++++ Provided data

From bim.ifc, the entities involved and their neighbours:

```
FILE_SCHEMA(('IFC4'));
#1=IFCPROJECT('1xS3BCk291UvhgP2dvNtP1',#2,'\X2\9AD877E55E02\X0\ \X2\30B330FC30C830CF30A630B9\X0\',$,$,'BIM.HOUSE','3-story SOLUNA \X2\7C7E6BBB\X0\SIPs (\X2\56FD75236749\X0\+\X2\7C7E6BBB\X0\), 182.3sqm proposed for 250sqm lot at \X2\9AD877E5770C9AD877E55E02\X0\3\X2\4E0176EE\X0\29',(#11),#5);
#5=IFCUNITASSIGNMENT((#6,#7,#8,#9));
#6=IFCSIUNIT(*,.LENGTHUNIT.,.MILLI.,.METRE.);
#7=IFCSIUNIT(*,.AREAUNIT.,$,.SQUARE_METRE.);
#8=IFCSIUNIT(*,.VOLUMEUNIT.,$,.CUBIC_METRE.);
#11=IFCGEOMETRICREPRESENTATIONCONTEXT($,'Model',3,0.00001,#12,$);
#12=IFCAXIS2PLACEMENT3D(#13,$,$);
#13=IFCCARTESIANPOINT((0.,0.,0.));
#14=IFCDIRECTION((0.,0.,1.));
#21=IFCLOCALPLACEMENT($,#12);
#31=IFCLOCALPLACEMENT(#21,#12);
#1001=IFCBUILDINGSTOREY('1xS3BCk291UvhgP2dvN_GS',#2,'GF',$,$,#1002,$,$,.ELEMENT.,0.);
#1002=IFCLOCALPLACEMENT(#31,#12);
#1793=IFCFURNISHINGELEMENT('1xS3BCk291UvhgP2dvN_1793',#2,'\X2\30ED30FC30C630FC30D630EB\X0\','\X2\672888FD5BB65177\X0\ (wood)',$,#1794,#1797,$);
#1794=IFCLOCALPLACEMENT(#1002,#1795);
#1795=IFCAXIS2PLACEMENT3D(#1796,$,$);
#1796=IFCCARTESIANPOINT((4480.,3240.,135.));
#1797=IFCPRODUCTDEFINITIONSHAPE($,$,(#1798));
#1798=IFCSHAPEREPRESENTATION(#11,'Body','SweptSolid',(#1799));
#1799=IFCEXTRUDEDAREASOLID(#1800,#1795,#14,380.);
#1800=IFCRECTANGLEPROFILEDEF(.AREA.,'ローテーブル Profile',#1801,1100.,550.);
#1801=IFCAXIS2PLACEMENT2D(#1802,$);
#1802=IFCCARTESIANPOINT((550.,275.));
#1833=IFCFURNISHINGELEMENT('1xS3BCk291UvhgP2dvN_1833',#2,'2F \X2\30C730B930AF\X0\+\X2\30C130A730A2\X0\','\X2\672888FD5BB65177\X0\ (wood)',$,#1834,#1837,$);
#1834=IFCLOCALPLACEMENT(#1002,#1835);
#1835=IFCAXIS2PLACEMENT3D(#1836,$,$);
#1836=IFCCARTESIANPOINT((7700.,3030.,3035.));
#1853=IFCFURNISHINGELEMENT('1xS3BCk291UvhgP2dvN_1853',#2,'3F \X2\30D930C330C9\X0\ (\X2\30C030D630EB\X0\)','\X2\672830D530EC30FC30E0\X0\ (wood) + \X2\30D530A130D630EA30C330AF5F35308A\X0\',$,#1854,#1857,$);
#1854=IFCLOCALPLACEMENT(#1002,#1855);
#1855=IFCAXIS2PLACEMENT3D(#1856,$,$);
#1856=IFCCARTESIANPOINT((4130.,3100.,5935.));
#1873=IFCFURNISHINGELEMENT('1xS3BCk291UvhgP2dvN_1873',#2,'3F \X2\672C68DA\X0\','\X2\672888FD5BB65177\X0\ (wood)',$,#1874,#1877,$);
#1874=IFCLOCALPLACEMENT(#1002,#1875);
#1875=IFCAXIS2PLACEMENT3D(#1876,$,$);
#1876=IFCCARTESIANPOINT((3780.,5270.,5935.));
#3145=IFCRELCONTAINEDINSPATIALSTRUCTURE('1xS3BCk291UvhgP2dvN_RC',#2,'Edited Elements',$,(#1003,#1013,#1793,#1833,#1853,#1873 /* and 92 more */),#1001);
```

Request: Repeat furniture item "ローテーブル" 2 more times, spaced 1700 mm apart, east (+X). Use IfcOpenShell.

```python
import numpy as np
import ifcopenshell
import ifcopenshell.api.geometry
import ifcopenshell.api.root
import ifcopenshell.util.element
import ifcopenshell.util.placement
import ifcopenshell.util.unit

model = ifcopenshell.open("bim.ifc")
unit_scale = ifcopenshell.util.unit.calculate_unit_scale(model)


def reuse_history(source, copy):
    """copy_class also copies each property set's owner history, people and application; keep the originals."""
    for rel in copy.IsDefinedBy:
        if rel.is_a("IfcRelDefinesByProperties") and (history := rel.RelatingPropertyDefinition.OwnerHistory):
            rel.RelatingPropertyDefinition.OwnerHistory = source.OwnerHistory
            ifcopenshell.util.element.remove_deep2(model, history)


source = model.by_guid("1xS3BCk291UvhgP2dvN_1793")
base = ifcopenshell.util.placement.get_local_placement(source.ObjectPlacement)
step = np.array([1.0, 0.0, 0.0]) * 1.7 / unit_scale

for i in range(1, 3):
    copy = ifcopenshell.api.root.copy_class(model, product=source)
    copy.Representation = ifcopenshell.util.element.copy_deep(
        model, source.Representation, exclude=["IfcGeometricRepresentationContext", "IfcRepresentationMap"]
    )
    reuse_history(source, copy)
    matrix = base.copy()
    matrix[:3, 3] += i * step
    print("added at", matrix[:3, 3].round(3) + 0.0)
    ifcopenshell.api.geometry.edit_object_placement(model, product=copy, matrix=matrix, is_si=False)

model.write("bim_updated.ifc")
```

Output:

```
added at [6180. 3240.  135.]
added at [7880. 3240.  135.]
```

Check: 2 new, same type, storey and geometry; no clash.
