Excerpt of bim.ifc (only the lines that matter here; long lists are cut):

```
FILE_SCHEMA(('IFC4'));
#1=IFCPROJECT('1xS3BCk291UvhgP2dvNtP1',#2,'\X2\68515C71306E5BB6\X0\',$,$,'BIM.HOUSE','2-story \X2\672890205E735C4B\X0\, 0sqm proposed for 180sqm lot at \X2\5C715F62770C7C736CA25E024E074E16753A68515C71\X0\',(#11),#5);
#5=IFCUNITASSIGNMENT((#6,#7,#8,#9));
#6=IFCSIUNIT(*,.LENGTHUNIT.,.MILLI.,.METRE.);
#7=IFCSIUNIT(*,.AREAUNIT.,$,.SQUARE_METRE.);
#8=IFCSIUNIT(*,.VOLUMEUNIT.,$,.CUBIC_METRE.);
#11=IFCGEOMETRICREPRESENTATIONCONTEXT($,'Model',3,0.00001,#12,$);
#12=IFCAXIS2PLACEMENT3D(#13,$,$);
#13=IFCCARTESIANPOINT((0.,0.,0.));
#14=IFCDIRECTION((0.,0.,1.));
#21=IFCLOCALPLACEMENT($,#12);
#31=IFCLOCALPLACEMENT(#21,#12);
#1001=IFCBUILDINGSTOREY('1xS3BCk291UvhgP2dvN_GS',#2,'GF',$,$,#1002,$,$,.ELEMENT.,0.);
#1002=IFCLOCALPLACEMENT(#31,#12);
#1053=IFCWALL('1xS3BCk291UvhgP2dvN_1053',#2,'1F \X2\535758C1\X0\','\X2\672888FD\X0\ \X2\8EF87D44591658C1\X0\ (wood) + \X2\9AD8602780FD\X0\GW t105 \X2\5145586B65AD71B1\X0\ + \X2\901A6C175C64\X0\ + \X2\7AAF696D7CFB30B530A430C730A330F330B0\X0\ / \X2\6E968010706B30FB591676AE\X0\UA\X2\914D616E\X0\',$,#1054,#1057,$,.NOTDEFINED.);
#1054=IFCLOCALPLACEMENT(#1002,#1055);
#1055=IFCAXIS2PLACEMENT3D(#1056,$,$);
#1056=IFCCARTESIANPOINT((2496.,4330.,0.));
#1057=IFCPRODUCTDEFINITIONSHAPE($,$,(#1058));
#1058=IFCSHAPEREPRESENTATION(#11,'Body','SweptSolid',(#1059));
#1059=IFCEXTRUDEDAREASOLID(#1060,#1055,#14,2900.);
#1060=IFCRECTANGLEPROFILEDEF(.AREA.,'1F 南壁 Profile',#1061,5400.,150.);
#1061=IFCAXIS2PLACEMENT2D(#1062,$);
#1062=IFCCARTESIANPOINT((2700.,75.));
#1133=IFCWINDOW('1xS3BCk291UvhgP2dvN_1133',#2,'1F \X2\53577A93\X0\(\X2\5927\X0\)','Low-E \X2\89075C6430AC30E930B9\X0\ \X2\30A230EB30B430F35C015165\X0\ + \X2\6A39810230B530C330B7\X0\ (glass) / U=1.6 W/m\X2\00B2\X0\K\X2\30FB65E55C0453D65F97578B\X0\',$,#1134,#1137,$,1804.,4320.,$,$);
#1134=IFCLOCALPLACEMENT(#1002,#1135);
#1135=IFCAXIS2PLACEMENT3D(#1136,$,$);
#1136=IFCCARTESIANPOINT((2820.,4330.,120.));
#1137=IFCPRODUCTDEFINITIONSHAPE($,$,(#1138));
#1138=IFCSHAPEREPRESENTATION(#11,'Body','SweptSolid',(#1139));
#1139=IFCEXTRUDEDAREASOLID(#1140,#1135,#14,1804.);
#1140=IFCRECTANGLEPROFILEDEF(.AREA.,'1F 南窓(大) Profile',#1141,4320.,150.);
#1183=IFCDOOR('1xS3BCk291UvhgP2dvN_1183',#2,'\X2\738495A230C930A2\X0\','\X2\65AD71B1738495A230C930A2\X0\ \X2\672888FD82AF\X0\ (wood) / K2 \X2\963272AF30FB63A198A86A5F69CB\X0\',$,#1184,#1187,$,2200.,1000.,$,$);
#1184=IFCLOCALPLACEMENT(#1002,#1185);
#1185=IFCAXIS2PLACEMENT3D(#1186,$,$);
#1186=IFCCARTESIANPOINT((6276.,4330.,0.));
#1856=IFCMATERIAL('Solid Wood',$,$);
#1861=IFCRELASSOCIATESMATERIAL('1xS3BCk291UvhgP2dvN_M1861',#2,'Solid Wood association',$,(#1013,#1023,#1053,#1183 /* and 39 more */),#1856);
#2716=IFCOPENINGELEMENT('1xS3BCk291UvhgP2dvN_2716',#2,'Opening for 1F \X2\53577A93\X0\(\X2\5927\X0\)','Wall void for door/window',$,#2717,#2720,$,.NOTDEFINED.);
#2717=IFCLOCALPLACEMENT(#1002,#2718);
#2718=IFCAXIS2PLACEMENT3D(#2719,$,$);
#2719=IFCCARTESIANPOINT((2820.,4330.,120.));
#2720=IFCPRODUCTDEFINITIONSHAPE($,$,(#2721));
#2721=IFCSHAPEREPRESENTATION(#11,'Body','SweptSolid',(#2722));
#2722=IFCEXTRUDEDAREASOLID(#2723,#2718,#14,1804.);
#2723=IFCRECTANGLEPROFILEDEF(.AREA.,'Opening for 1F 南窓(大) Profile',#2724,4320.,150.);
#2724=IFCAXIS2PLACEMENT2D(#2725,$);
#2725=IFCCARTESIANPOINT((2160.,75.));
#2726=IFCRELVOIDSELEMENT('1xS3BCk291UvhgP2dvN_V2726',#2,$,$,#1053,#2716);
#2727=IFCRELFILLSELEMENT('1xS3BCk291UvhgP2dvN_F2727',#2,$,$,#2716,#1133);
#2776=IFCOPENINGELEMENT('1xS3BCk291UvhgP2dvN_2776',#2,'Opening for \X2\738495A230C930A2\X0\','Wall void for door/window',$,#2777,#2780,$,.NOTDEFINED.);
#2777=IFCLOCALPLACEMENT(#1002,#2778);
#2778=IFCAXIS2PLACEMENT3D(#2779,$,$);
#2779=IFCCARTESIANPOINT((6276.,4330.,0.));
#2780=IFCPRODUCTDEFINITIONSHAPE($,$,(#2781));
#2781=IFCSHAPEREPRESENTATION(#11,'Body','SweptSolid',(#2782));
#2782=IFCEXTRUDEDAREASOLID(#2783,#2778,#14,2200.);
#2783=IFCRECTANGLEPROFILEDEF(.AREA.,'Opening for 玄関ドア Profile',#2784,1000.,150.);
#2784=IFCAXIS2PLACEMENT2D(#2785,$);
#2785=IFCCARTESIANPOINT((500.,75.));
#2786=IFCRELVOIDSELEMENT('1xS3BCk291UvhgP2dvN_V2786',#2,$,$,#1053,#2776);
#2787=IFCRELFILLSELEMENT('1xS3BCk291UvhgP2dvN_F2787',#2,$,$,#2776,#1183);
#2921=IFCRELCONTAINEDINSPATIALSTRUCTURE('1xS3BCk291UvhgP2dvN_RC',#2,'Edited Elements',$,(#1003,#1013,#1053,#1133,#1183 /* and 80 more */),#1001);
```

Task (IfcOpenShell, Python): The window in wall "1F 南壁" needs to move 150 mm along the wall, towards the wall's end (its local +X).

```python
import ifcopenshell
import ifcopenshell.api.geometry
import ifcopenshell.util.placement
import ifcopenshell.util.unit

model = ifcopenshell.open("bim.ifc")
unit_scale = ifcopenshell.util.unit.calculate_unit_scale(model)

window = model.by_guid("1xS3BCk291UvhgP2dvN_1133")
opening = window.FillsVoids[0].RelatingOpeningElement
wall = opening.VoidsElements[0].RelatingBuildingElement

wall_matrix = ifcopenshell.util.placement.get_local_placement(wall.ObjectPlacement)
shift = wall_matrix[:3, 0] * 0.15 / unit_scale
before = ifcopenshell.util.placement.get_local_placement(window.ObjectPlacement)[:3, 3].copy()

# The window is not placed relative to its opening, so move both.
for product in (opening, window):
    matrix = ifcopenshell.util.placement.get_local_placement(product.ObjectPlacement)
    matrix[:3, 3] += shift
    ifcopenshell.api.geometry.edit_object_placement(model, product=product, matrix=matrix, is_si=False)

after = ifcopenshell.util.placement.get_local_placement(window.ObjectPlacement)[:3, 3]
print("window moved by", (after - before).round(3) + 0.0)

model.write("bim_rev.ifc")
```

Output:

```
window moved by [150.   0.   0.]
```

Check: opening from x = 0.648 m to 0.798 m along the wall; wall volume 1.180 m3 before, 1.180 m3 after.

++++++++

**What this task involves:**
Look through the entries above, and wherever a line holds the string "SweptSolid", copy it.

**Task output:**
#1798=IFCSHAPEREPRESENTATION(#11,'Body','SweptSolid',(#1799));
#1058=IFCSHAPEREPRESENTATION(#11,'Body','SweptSolid',(#1059));
#1138=IFCSHAPEREPRESENTATION(#11,'Body','SweptSolid',(#1139));
#2721=IFCSHAPEREPRESENTATION(#11,'Body','SweptSolid',(#2722));
#2781=IFCSHAPEREPRESENTATION(#11,'Body','SweptSolid',(#2782));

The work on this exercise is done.